Project / Capstone Connection

Any capstone with alternate lookup paths must distinguish primary-key reads from eventually consistent index reads.


Case Study 6: Quorum Reads That Still Need Repair Discipline

Scenario: A Cassandra cluster uses replication factor 3 and LOCAL_QUORUM for important reads and writes. One replica is down for several hours. The team assumes quorum settings alone permanently repair every missed write.

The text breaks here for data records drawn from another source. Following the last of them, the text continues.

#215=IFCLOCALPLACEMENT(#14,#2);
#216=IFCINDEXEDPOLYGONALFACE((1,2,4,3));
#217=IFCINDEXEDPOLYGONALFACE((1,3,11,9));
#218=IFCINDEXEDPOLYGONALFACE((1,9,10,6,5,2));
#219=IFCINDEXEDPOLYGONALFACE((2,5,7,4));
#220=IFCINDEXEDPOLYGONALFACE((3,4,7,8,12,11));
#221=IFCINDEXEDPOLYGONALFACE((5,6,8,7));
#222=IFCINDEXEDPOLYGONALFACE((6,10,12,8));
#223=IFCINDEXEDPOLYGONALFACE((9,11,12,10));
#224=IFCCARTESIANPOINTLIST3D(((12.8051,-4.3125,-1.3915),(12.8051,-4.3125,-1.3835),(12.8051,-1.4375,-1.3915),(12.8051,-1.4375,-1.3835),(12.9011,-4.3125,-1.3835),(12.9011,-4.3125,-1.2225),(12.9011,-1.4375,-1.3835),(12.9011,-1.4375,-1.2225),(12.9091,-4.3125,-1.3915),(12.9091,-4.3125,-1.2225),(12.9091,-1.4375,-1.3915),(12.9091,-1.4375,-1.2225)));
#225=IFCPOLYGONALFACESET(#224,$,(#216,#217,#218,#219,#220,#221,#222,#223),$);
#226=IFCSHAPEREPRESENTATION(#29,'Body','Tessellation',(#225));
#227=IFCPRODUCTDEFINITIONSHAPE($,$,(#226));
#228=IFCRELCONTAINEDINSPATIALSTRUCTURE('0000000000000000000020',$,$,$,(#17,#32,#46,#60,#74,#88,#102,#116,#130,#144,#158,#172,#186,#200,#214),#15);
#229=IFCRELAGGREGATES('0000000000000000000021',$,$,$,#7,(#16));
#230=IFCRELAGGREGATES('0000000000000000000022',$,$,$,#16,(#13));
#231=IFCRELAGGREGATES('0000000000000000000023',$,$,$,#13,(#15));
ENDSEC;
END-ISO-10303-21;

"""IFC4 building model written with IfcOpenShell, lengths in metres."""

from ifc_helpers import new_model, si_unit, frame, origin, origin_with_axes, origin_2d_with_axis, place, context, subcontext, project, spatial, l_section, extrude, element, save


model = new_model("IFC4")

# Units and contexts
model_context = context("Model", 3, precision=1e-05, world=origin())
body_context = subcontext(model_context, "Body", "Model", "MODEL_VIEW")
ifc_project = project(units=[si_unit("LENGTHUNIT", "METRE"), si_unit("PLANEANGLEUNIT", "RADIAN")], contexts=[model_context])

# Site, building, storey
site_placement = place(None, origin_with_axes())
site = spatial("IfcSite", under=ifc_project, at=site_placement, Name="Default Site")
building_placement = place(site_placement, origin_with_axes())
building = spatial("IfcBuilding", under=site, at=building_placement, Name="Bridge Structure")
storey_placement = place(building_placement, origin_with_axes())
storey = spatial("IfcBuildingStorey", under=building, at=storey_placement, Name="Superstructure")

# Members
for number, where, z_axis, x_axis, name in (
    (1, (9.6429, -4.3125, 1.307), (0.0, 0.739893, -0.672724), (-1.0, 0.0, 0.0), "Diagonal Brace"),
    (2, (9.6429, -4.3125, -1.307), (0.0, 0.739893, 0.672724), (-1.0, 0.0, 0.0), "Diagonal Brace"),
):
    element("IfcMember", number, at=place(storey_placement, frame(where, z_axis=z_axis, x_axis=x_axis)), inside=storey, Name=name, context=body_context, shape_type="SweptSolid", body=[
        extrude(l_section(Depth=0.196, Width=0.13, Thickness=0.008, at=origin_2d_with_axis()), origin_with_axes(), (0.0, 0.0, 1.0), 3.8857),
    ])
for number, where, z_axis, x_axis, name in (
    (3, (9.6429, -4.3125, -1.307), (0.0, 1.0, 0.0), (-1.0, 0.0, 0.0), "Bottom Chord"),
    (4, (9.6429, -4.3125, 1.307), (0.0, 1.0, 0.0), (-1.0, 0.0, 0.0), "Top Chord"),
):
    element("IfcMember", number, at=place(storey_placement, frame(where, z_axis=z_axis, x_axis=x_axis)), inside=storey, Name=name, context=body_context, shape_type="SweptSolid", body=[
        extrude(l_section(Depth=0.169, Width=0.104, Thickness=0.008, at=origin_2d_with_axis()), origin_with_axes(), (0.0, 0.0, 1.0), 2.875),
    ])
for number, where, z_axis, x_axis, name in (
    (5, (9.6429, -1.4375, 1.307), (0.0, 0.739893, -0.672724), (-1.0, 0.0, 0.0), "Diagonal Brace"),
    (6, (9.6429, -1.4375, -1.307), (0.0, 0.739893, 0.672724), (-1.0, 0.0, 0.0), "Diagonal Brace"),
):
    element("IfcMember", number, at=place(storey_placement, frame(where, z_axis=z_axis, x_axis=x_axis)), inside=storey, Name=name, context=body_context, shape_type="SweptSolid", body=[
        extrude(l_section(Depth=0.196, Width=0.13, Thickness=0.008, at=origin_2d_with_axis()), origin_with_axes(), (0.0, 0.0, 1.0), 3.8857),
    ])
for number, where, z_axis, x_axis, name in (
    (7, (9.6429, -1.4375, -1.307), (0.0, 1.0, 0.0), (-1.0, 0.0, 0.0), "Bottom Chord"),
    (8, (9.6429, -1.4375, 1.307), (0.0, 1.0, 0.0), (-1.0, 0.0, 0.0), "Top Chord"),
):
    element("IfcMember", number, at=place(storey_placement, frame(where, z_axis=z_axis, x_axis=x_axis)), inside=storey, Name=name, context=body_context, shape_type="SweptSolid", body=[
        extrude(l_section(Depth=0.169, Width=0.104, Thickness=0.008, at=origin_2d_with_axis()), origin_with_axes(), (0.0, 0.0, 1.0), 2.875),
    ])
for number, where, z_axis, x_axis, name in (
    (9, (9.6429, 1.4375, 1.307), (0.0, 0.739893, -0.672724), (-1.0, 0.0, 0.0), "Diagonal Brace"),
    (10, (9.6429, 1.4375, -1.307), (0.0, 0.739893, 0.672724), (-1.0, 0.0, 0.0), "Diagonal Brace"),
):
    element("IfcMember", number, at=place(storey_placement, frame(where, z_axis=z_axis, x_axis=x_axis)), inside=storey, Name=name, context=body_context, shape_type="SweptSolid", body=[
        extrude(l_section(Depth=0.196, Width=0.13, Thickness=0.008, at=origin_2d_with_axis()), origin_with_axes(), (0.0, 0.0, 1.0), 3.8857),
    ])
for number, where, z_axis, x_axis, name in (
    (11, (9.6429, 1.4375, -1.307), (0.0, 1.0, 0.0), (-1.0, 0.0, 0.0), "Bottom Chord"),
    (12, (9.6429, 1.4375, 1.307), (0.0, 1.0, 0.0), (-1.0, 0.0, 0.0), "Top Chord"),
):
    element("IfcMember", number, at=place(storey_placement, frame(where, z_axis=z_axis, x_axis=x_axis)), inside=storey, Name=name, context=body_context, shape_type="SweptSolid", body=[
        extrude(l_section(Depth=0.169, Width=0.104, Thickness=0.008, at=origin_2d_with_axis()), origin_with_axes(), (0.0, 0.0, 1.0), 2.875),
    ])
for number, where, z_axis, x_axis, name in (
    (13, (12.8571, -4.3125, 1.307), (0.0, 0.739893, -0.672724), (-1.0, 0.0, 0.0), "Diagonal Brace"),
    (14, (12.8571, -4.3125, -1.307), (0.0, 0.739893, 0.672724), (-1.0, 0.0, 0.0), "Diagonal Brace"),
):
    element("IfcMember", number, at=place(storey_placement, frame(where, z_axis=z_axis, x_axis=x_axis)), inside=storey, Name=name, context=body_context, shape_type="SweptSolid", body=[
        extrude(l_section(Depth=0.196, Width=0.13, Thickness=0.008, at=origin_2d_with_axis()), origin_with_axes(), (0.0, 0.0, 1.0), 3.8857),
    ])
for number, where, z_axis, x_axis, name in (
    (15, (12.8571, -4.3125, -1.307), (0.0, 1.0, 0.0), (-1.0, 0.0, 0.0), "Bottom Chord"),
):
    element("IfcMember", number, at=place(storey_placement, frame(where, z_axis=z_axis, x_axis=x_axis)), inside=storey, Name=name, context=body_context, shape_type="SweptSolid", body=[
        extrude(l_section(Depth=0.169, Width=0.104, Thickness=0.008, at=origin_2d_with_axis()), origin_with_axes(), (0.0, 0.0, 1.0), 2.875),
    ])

Source anchor: Cassandra's architecture docs describe a partitioned, replicated, eventually consistent database with tunable consistency. Cassandra read repair can repair replicas during reads, but repair operations are still required because hints are best effort and not guaranteed to cover all missed writes. Cassandra repair compares token ranges and streams differences. See Cassandra architecture overview, Cassandra read repair, Cassandra hints, and Cassandra repair.

Module concepts:

  • replication factor
  • tunable consistency
  • quorum reads/writes
  • hinted handoff
  • read repair
  • anti-entropy repair

Wrong Approach

"If we use quorum, repair is optional."

Quorum can provide useful read/write behavior for acknowledged operations, but it is not a full maintenance strategy. Missed writes, node outages, tombstones, and unrepaired ranges still need operational repair discipline.

Better Approach

Treat consistency as a runtime and operations contract:

Request-time:
choose read/write consistency level
understand what replicas acknowledge

Failure recovery:
hints help temporarily unavailable replicas
read repair fixes inconsistencies touched by reads
scheduled repair covers token ranges systematically

The system needs repair schedules, outage windows, and metrics for inconsistent ranges, not only a consistency level in application code.

Tradeoff Table

ChoiceGainCost
ONE reads/writeslow latency and high availabilitystale reads more likely
LOCAL_QUORUMstronger local-datacenter behaviormore replicas must be reachable
blocking read repairmonotonic quorum readsread latency can include repair work
scheduled repairsystematic convergencedisk/network I/O and operational planning

Failure Mode

A node returns after an outage, missed data is only partially repaired, and old values or deleted data reappear later because repair did not run within the required window.

Required Artifact

Create a consistency-and-repair runbook:

Keyspace/table:
Replication factor:
Read consistency:
Write consistency:
Node outage assumption:
Hint window:
Read repair behavior:
Repair schedule:
Metrics:
Incident trigger:

Project / Capstone Connection

If a capstone uses a quorum-style store, the architecture review must include an operations story. Consistency is not only a client setting.


Source Map

SourceUse it for
PostgreSQL Hot Standbystandby reads, replication delay, eventually consistent standby data, query conflicts
PostgreSQL Log-Shipping Standby Serversstreaming replication, asynchronous default, synchronous replication
MongoDB Shardinghashed vs ranged sharding and targeted vs broadcast operations
MongoDB Ranged Shardingshard-key traits and range-partition behavior
MongoDB Data Partitioning with Chunkschunks, balancer behavior, jumbo chunk risk
DynamoDB partition key designuniform partition-key activity and partition throughput limits
DynamoDB hot partition mitigationpartition-level throttling and hot partitions
DynamoDB write shardingrandom/calculated suffix write-sharding patterns
DynamoDB read consistencystrong vs eventual reads and GSI consistency limits
DynamoDB global secondary indexesasynchronous GSI propagation and capacity tradeoffs
Cassandra architecture overviewpartitioned replicated storage model and eventual consistency
Cassandra read repairmonotonic quorum reads and blocking repair behavior
Cassandra hintshinted handoff role and configuration
Cassandra repairanti-entropy repair, token ranges, repair cadence

Completion Standard

  • At least three case-study artifacts are completed.
  • At least one artifact includes a replica-lag or stale-read timeline.
  • At least one artifact includes a shard-key or partition-key decision memo.
  • At least one artifact includes an operations runbook for repair, failover, or lag.
  • At least one case connects replication behavior to Module 4 transactions/consistency.
  • At least one case connects partitioning behavior to Module 5 distributed-systems fundamentals.